[EXERCISE DESCRIPTION]
Go through the records and copy each line where the word "clear" occurs.

── STORED DATA ──

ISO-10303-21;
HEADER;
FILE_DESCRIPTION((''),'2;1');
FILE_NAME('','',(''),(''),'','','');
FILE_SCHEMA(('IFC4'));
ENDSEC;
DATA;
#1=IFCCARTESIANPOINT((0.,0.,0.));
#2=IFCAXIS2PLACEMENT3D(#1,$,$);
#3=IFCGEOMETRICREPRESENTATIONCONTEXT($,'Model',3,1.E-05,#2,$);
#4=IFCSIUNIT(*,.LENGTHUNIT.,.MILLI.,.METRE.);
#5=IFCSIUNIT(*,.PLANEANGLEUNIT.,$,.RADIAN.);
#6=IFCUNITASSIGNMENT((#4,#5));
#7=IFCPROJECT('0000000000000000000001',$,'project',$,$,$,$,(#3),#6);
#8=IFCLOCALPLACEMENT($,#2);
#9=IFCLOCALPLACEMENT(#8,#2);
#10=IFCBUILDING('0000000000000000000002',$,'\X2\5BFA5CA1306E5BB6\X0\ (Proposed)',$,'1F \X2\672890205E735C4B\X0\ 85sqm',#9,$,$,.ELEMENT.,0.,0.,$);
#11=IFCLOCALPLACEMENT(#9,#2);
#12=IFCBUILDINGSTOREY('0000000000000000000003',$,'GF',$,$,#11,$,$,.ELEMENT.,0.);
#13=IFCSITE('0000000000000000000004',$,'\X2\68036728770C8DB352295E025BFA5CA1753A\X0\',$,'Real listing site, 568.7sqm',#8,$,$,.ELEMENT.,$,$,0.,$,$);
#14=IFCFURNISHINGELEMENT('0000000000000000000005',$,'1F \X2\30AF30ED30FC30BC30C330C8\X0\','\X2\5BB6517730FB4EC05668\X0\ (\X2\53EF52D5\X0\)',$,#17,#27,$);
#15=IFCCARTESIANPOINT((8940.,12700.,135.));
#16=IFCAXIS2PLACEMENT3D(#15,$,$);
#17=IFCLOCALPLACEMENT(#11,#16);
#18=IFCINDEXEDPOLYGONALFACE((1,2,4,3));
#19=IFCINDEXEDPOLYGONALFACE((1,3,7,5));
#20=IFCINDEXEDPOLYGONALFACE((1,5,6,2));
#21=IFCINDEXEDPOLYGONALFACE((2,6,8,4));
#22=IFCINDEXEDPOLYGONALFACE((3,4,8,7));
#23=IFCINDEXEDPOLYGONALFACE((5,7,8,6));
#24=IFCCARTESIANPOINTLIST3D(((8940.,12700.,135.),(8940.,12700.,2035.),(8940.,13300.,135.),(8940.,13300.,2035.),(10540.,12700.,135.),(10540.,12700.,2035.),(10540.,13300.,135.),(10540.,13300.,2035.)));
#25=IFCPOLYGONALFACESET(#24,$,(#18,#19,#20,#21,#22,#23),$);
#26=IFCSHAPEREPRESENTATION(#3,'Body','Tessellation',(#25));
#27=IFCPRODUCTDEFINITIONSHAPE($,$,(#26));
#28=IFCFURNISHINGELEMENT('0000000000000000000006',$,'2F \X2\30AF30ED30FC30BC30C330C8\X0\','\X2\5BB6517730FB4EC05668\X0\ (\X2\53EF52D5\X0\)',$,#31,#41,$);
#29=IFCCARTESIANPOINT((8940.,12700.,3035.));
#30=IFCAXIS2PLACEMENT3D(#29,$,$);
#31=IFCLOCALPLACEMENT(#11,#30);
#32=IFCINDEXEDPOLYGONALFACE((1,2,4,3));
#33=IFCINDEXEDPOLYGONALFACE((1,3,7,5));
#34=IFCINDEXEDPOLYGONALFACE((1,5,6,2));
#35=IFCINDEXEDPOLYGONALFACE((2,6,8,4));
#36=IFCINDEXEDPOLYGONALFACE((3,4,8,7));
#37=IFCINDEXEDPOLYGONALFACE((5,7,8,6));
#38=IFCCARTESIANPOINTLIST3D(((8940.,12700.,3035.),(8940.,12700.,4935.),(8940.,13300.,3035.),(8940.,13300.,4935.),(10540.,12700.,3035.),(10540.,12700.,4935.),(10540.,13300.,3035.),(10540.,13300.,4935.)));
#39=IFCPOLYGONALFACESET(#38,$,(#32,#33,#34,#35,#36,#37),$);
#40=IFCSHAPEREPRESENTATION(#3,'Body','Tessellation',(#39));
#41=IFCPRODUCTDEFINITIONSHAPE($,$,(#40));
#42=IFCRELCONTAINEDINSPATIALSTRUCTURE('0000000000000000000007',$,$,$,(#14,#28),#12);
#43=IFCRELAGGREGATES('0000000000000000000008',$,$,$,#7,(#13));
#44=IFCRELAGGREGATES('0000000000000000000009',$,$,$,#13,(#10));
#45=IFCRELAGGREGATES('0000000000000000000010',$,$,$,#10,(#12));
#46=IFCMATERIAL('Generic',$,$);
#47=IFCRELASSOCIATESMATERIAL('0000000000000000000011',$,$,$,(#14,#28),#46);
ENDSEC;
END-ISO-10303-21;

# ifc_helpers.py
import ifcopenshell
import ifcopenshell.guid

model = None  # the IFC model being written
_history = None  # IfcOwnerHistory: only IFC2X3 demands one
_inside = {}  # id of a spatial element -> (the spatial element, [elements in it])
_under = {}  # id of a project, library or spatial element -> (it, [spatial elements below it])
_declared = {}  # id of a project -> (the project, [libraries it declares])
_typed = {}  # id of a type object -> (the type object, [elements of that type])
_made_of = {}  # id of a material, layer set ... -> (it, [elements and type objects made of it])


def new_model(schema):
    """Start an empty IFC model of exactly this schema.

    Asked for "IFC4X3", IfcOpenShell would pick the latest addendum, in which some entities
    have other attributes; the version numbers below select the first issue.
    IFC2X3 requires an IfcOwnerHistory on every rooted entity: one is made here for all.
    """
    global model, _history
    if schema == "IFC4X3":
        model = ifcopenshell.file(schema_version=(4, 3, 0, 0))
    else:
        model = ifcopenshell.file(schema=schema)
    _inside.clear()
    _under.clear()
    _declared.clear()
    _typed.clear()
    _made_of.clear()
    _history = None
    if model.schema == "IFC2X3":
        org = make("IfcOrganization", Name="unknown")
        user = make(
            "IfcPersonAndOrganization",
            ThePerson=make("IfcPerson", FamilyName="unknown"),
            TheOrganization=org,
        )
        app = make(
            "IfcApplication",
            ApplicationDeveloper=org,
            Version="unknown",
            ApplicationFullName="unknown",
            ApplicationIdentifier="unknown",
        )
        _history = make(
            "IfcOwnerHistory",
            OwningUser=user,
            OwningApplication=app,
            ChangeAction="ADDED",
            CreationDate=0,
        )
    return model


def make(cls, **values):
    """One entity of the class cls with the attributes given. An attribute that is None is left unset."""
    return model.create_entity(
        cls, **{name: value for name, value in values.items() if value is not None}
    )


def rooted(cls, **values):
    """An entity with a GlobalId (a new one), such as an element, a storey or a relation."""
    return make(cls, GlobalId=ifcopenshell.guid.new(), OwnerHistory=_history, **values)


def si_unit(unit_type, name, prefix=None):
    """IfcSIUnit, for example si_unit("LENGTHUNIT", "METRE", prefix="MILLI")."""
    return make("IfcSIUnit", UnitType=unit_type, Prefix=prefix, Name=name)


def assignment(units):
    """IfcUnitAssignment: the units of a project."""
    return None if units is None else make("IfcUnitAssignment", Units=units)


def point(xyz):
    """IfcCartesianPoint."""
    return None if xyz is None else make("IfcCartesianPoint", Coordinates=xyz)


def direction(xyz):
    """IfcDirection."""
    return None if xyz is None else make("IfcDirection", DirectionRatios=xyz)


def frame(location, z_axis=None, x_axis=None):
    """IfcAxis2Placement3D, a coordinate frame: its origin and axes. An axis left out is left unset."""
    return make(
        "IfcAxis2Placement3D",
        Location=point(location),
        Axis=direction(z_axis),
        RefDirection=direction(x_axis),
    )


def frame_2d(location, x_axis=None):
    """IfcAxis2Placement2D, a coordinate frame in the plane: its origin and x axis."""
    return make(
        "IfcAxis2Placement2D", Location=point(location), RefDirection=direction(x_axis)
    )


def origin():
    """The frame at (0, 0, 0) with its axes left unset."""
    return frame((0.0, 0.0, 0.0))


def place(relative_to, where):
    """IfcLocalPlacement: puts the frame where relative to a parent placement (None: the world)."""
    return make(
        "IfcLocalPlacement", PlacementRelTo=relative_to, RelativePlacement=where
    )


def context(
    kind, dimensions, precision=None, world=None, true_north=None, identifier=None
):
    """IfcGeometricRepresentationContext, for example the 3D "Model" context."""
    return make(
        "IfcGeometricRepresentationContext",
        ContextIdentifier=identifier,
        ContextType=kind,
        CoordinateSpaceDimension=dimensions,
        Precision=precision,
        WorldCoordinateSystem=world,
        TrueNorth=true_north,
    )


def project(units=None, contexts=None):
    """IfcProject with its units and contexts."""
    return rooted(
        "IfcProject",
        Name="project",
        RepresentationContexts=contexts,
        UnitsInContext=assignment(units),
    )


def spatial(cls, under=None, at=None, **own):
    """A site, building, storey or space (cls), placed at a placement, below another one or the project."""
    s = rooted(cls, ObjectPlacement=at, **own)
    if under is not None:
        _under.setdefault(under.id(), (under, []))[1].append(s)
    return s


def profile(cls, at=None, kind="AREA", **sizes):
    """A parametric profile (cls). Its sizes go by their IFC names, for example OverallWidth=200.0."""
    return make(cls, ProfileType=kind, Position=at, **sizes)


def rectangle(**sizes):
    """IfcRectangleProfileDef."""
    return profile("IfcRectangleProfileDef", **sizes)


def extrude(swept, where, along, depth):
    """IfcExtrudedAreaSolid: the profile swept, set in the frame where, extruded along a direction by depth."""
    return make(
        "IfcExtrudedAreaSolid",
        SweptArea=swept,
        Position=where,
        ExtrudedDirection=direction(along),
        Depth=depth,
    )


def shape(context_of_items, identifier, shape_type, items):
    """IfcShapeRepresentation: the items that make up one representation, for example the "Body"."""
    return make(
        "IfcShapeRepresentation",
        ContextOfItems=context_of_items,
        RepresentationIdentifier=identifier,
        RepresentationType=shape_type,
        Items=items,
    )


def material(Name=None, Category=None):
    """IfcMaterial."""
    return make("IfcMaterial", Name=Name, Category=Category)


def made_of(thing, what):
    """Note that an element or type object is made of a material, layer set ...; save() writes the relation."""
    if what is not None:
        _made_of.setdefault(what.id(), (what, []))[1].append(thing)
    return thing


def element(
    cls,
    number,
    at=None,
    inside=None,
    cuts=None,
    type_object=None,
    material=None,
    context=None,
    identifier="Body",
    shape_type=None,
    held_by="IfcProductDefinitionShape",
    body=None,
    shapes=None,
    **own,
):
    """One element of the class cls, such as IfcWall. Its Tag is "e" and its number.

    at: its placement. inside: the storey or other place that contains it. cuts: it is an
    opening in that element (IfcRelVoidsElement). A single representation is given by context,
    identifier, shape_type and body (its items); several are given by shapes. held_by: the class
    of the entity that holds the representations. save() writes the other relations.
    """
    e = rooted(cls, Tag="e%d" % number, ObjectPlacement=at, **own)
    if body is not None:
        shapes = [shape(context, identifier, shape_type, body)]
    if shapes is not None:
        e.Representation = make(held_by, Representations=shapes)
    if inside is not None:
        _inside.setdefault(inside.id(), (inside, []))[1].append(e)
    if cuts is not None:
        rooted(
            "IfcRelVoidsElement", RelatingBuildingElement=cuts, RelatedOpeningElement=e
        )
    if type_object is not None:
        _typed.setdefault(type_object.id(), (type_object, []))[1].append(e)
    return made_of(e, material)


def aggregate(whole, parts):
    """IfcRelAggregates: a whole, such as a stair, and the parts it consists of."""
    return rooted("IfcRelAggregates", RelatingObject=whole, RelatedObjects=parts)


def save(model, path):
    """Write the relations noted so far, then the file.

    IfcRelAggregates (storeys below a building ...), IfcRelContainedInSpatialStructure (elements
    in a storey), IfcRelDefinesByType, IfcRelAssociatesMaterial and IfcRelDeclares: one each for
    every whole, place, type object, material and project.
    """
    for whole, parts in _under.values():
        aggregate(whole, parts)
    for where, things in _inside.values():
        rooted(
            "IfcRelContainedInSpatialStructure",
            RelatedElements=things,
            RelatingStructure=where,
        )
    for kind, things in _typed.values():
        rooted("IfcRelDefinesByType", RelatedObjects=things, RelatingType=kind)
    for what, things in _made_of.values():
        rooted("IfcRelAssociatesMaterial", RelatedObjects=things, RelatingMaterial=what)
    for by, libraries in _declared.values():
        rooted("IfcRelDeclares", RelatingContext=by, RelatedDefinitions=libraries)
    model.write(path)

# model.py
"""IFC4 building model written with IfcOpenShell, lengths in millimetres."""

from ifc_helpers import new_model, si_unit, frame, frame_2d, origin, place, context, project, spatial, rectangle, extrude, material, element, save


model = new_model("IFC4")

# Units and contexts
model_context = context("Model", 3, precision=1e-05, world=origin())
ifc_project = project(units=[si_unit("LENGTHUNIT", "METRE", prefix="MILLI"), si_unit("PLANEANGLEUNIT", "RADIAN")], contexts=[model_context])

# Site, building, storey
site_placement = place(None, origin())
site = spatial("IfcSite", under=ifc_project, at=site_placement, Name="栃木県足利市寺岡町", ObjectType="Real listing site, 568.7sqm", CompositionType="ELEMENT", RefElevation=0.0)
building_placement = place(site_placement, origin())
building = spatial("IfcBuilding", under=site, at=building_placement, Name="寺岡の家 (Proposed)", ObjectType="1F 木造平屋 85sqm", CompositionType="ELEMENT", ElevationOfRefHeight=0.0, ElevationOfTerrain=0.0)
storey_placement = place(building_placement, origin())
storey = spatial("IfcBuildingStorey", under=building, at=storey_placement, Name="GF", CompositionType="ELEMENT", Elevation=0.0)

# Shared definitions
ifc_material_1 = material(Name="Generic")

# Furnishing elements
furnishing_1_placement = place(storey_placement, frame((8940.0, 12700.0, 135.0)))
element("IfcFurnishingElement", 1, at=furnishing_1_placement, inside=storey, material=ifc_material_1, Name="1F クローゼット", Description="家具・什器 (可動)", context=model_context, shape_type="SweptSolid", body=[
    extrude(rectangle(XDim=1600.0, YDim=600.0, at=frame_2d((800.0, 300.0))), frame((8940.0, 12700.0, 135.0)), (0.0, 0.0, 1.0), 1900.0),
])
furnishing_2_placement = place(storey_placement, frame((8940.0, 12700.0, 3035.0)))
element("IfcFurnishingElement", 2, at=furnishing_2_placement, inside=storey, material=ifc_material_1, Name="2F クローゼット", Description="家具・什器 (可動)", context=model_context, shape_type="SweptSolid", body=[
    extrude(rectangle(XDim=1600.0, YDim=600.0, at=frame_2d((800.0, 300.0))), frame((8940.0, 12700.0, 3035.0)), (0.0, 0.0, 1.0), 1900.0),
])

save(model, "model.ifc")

───
── STORED DATA ──

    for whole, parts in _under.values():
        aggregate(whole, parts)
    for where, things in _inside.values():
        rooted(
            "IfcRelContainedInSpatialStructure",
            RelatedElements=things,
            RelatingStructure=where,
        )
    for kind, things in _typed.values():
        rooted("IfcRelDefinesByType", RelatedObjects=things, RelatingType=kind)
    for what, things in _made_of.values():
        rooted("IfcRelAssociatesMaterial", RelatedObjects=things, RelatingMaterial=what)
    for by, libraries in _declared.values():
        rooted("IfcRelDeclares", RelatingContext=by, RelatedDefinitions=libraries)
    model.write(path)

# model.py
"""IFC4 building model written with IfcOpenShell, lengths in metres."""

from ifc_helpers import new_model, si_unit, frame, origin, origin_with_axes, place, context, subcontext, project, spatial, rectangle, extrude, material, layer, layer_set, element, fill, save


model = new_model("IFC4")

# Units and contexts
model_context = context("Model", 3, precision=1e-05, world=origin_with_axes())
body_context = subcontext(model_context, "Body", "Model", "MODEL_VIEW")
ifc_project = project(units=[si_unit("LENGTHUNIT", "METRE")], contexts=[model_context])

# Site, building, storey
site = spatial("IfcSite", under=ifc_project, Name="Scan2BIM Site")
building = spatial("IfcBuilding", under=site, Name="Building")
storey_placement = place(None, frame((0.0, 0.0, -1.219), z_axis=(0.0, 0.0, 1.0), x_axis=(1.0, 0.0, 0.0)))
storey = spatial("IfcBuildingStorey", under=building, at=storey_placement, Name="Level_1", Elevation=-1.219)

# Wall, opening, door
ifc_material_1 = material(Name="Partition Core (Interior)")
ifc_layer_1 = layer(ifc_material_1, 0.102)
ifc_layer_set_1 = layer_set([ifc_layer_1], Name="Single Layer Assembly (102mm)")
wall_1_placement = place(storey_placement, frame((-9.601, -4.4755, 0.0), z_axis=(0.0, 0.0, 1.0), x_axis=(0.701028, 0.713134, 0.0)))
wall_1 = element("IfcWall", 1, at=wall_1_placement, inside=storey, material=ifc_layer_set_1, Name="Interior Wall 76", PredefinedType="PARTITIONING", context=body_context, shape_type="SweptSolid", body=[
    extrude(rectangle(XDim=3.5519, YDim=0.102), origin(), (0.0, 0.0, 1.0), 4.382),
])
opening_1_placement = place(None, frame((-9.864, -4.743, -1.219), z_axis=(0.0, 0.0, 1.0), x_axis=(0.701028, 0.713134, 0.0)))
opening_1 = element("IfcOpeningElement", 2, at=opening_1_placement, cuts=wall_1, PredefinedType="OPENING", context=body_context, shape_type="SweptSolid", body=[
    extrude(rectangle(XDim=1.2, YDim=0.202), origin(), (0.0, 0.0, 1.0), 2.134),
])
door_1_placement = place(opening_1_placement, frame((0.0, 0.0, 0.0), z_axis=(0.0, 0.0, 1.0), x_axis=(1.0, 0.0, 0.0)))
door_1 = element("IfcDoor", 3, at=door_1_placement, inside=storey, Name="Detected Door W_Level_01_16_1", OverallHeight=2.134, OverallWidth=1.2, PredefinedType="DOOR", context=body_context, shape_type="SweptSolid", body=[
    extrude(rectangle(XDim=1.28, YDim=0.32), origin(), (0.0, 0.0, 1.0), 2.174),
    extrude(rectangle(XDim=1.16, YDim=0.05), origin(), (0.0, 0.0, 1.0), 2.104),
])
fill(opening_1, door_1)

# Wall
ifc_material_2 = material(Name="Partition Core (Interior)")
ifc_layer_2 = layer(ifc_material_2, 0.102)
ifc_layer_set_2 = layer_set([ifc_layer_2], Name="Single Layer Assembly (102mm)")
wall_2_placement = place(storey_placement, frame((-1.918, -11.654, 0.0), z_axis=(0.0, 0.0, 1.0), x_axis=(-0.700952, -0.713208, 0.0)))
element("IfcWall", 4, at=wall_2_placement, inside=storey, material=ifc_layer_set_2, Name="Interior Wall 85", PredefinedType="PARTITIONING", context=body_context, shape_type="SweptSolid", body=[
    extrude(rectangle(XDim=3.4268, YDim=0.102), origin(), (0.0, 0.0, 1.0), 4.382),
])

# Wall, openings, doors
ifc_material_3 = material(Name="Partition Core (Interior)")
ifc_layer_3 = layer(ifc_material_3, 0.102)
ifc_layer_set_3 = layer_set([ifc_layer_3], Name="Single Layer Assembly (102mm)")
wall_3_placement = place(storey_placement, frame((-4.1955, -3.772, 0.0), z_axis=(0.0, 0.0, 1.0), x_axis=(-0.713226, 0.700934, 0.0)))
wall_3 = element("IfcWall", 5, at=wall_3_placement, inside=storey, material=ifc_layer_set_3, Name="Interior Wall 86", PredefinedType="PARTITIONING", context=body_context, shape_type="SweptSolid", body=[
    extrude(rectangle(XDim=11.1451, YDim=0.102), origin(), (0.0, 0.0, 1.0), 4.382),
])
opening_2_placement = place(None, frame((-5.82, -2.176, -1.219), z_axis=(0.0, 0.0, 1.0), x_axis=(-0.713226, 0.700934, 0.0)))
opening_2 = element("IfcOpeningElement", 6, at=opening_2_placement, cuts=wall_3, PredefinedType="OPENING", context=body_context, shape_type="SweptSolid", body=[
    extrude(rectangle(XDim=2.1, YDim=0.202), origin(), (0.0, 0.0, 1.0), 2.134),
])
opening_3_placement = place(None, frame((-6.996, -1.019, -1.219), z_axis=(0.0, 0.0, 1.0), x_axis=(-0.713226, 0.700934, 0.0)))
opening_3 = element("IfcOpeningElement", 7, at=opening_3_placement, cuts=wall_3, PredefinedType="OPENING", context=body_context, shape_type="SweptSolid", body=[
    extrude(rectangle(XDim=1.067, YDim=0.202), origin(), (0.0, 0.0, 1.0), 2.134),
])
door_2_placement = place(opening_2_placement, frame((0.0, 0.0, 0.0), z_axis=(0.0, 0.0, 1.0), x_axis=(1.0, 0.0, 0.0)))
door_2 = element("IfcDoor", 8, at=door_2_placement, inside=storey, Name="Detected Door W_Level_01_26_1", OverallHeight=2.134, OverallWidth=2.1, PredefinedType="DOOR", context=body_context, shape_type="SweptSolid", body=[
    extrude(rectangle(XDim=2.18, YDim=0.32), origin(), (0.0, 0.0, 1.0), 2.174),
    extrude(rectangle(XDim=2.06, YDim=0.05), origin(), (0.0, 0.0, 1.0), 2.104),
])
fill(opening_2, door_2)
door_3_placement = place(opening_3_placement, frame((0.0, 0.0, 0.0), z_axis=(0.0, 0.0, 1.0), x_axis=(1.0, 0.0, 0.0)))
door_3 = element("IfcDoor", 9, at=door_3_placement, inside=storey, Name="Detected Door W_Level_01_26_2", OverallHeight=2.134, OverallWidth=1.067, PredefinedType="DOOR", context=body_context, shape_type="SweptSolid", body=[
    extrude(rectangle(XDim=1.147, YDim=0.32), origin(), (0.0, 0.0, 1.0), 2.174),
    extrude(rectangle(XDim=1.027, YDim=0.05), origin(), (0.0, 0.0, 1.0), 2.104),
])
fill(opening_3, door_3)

───

[REPLY]
    _inside.clear()
    _under.clear()
    _declared.clear()
    _typed.clear()
    _made_of.clear()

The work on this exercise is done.